Last weekend, before the grand jury released its ruling, I read Claudia Rankine’s new book Citizen: An American Lyric. Through lyrical prose about her personal experiences, politics, and pop culture, Rankine explores the perpetual presence of racism in the lives of African-Americans and the extent of the damage it does. On the front cover is a white backdrop with a black hoodie torn from its torso.


Except for the last page, written in first person, the book is in second person: firmly placing the reader in the slot of “you.” She writes in one section about Hennessy Youngman, aka Jayson Musson, who, in youtube videos, “advises black artists to cultivate ‘an angry nigger exterior’ by watching, among other things, the Rodney King video while working.”


She continues: “Youngman’s suggestions are meant to expose expectations for blackness as well as to underscore the difficulty inherent in any attempt by black artists to metabolize real rage.
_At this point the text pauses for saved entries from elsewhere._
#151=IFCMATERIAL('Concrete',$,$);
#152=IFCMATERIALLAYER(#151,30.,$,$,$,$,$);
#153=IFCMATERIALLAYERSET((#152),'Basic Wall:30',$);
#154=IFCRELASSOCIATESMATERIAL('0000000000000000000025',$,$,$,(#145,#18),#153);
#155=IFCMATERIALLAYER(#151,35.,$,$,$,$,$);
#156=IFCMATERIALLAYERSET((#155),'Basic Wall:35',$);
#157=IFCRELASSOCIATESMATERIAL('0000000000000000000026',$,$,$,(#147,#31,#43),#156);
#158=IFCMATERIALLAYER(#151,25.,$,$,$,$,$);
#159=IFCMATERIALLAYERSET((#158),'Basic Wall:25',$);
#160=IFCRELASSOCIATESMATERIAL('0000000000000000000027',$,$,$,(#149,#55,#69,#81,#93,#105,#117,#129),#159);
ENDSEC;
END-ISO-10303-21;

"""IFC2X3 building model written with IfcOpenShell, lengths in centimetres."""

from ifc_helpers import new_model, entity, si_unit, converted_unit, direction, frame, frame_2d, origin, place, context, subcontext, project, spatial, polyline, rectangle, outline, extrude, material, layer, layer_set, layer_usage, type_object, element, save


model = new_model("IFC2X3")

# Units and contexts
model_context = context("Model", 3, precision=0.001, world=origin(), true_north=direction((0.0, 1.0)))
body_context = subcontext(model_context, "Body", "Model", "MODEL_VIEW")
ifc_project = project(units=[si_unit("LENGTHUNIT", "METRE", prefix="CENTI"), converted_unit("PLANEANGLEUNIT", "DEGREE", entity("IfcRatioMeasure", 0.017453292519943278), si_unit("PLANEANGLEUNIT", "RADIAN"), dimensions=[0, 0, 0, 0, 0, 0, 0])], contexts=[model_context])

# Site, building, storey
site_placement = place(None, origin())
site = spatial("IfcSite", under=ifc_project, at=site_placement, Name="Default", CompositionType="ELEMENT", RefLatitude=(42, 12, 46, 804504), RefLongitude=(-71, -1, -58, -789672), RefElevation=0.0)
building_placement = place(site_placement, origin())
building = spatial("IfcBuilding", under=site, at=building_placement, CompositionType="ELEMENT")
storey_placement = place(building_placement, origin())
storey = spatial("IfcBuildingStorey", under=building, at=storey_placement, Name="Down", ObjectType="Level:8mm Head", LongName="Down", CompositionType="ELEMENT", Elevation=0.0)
The commodified anger his video advocates rests lightly on the surface for spectacle’s sake. It can be engaged or played like the race card and is tied solely to the performance of blackness and not to the emotional state of particular individuals in particular situations.”
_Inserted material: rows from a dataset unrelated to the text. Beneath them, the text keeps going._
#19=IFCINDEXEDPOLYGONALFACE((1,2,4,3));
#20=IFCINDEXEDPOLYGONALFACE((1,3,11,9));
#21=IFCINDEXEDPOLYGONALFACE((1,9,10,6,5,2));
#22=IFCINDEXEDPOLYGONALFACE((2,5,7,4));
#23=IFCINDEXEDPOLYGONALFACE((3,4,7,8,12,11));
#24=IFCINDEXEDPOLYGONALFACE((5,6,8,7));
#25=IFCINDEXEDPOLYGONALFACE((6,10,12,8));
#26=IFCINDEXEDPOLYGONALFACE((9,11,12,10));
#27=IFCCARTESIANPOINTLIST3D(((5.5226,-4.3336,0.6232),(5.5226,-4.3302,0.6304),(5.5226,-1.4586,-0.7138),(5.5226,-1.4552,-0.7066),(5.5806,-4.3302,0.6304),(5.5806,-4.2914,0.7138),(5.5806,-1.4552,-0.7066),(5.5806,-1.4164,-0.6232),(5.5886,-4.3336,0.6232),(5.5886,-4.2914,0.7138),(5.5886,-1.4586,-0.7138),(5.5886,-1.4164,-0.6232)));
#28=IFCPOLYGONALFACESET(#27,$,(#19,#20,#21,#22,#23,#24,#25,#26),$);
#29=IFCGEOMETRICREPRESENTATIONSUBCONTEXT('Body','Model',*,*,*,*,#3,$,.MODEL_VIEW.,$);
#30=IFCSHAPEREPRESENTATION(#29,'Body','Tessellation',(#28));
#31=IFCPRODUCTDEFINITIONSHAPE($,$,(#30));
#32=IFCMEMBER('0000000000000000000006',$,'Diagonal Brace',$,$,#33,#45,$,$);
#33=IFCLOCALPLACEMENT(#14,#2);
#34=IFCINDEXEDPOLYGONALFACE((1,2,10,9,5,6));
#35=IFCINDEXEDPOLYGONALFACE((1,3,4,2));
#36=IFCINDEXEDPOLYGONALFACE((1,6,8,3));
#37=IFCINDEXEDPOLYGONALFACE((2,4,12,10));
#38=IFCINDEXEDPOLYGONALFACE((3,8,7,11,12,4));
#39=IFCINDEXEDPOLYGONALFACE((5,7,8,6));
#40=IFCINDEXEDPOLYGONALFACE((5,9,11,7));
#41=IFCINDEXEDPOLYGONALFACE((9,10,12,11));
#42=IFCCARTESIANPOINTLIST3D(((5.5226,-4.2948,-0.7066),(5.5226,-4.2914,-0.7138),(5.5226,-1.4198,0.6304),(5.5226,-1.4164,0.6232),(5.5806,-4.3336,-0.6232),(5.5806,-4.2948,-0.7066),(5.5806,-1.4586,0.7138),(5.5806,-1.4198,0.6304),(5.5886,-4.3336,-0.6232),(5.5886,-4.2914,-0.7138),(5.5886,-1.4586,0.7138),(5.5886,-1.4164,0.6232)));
“On the bridge between this sellable anger and ‘the artist’ resides, at times, an actual anger. Youngman in his video doesn’t address this kind of anger: the anger built up through experience and the quotidian struggles against dehumanization every brown or black person lives simply because of skin color. This other kind of anger in time can prevent, rather than sponsor, the production of anything except loneliness.”


“You begin to think, maybe erroneously, that this other kind of anger is really a type of knowledge, the type that both clarifies and disappoints. It responds to insult and attempted erasure simply by asserting presence and the energy required to present, to react, to assert is accompanied by visceral disappointment: a disappointment in the sense that no amount of visibility will alter the ways in which one is perceived.”
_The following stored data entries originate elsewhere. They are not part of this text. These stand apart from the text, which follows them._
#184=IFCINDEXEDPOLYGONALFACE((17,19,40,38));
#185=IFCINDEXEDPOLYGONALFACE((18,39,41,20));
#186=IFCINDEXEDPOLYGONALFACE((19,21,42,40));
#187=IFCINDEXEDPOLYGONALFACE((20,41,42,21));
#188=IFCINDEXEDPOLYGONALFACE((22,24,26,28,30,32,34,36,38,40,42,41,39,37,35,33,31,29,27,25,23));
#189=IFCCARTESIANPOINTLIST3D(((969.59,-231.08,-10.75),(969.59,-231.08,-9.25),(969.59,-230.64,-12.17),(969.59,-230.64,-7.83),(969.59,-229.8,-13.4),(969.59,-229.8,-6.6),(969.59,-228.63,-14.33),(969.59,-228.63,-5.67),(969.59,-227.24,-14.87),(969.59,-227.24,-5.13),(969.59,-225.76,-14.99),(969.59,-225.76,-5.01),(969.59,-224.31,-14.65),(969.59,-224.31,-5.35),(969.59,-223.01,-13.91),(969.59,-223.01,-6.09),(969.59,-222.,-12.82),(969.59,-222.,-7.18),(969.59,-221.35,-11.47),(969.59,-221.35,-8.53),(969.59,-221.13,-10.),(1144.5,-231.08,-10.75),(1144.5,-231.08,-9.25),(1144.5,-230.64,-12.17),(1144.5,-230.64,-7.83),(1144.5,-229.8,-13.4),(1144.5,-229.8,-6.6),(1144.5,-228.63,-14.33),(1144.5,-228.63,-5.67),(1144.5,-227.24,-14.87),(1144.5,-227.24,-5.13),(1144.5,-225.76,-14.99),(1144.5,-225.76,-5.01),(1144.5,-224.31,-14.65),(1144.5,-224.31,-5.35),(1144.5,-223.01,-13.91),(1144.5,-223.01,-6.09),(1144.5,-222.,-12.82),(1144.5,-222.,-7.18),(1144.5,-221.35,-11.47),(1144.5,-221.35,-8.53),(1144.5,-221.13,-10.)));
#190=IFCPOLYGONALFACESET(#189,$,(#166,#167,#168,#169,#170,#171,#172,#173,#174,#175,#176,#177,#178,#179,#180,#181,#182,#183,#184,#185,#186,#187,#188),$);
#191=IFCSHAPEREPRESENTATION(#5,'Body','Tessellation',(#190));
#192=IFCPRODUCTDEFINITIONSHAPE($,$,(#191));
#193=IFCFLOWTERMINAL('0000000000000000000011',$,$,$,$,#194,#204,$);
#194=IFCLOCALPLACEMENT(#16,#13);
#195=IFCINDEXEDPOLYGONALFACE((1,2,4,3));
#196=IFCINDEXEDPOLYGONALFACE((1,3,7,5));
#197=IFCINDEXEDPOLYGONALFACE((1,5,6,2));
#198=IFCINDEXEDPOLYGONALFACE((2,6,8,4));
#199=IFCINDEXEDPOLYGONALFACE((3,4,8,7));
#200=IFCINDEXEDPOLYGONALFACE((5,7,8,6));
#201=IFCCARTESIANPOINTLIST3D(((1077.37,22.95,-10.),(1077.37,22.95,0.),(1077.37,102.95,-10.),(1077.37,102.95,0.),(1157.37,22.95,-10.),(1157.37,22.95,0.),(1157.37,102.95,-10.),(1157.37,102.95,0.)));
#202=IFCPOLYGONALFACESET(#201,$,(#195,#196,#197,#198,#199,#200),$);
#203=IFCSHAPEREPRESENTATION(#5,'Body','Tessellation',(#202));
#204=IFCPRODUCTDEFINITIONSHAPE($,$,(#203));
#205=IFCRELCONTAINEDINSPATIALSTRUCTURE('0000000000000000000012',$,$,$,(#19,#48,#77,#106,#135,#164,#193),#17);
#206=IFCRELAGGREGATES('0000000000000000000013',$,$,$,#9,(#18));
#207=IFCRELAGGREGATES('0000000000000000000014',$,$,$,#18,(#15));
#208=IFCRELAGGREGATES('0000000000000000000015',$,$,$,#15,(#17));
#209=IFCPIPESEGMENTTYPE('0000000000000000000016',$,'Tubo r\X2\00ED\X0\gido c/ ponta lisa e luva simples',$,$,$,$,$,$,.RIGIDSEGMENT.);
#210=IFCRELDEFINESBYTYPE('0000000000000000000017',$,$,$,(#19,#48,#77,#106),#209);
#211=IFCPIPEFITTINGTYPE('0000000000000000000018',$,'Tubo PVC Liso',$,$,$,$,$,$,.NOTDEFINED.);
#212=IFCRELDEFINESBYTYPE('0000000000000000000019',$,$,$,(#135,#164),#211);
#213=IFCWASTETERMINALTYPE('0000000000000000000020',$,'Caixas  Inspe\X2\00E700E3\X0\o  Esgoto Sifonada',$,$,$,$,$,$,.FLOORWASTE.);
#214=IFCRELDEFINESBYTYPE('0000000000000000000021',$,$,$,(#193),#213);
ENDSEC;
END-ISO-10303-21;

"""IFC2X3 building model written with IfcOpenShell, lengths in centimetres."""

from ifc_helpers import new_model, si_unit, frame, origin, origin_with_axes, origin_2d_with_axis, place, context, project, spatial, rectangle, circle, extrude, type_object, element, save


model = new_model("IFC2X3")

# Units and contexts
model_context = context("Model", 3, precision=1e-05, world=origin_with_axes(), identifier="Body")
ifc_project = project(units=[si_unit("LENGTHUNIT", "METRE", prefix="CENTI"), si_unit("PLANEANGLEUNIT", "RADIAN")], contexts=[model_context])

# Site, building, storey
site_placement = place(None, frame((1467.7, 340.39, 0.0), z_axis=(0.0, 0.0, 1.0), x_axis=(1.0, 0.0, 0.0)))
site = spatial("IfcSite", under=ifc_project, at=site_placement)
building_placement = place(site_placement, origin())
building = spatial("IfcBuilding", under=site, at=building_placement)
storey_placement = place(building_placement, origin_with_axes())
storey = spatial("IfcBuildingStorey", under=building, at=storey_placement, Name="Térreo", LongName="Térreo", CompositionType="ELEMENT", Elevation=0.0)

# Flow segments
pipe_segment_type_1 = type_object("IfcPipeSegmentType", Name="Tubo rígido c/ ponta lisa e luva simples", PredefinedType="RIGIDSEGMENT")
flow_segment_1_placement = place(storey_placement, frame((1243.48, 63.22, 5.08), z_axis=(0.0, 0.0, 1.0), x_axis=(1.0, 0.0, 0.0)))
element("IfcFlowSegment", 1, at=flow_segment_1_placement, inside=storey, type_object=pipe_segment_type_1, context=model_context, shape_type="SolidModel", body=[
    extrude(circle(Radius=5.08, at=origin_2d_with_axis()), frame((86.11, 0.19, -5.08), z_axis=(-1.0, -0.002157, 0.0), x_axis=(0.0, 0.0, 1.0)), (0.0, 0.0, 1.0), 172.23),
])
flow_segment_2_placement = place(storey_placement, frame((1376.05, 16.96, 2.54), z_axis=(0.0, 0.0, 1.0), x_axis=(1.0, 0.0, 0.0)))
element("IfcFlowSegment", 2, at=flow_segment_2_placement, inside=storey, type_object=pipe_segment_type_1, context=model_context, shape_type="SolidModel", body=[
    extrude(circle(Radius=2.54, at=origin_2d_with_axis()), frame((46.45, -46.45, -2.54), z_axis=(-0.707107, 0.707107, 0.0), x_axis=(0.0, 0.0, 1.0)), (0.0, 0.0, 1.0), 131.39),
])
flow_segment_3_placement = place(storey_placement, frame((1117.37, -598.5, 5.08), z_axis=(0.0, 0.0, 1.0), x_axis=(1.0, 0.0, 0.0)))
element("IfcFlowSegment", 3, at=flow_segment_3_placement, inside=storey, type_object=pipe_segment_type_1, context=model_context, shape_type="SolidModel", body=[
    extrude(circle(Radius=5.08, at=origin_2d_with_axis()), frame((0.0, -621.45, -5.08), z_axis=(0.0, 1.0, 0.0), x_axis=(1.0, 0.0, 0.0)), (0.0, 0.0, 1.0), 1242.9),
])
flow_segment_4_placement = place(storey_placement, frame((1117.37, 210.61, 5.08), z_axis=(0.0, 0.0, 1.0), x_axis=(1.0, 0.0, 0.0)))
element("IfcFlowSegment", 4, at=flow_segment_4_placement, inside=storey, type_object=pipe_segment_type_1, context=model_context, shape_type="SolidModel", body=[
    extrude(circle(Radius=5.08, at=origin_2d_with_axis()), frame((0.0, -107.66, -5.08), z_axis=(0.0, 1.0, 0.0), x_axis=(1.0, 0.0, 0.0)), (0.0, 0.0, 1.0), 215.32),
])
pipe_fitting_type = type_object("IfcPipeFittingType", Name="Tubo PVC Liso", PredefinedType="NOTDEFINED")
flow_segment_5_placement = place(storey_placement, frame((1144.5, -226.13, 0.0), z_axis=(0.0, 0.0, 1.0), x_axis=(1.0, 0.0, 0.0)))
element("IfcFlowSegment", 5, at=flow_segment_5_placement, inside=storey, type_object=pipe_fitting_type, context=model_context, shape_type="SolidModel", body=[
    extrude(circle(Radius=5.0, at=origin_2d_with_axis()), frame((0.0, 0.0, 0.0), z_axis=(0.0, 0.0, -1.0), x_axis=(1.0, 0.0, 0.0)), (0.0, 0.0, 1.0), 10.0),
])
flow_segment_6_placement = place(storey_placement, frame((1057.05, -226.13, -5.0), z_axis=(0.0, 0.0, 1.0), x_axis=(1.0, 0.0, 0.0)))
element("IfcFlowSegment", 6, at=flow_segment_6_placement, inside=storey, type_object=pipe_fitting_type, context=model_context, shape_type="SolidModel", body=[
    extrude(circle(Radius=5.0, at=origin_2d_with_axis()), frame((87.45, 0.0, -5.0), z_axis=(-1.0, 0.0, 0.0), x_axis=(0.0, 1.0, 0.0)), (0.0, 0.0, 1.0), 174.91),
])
I want to repeat her words again: “anger is really a type of knowledge, the type that both clarifies and disappoints….a disappointment in the sense that no amount of visibility will alter the ways in which one is perceived.”


I read an article recounting an event in St. Louis following Mike Brown’s shooting where ten black mothers sat and talked to an audience full of mothers—of different ages, ethnicities, and backgrounds—about the experiences they had in talking to their children about race and racism. Director of Racial Justice at the YWCA in St. Louis Amy Hunter told a story about a time when her son was 12 and noticed a police officer following him as he walked. He was only five blocks from home. When he arrived and told her what happened, he asked, “I just want to know, how long will this last?” She cried as she relayed to the audience what she told him, what she had to tell him: “For the rest of your life.”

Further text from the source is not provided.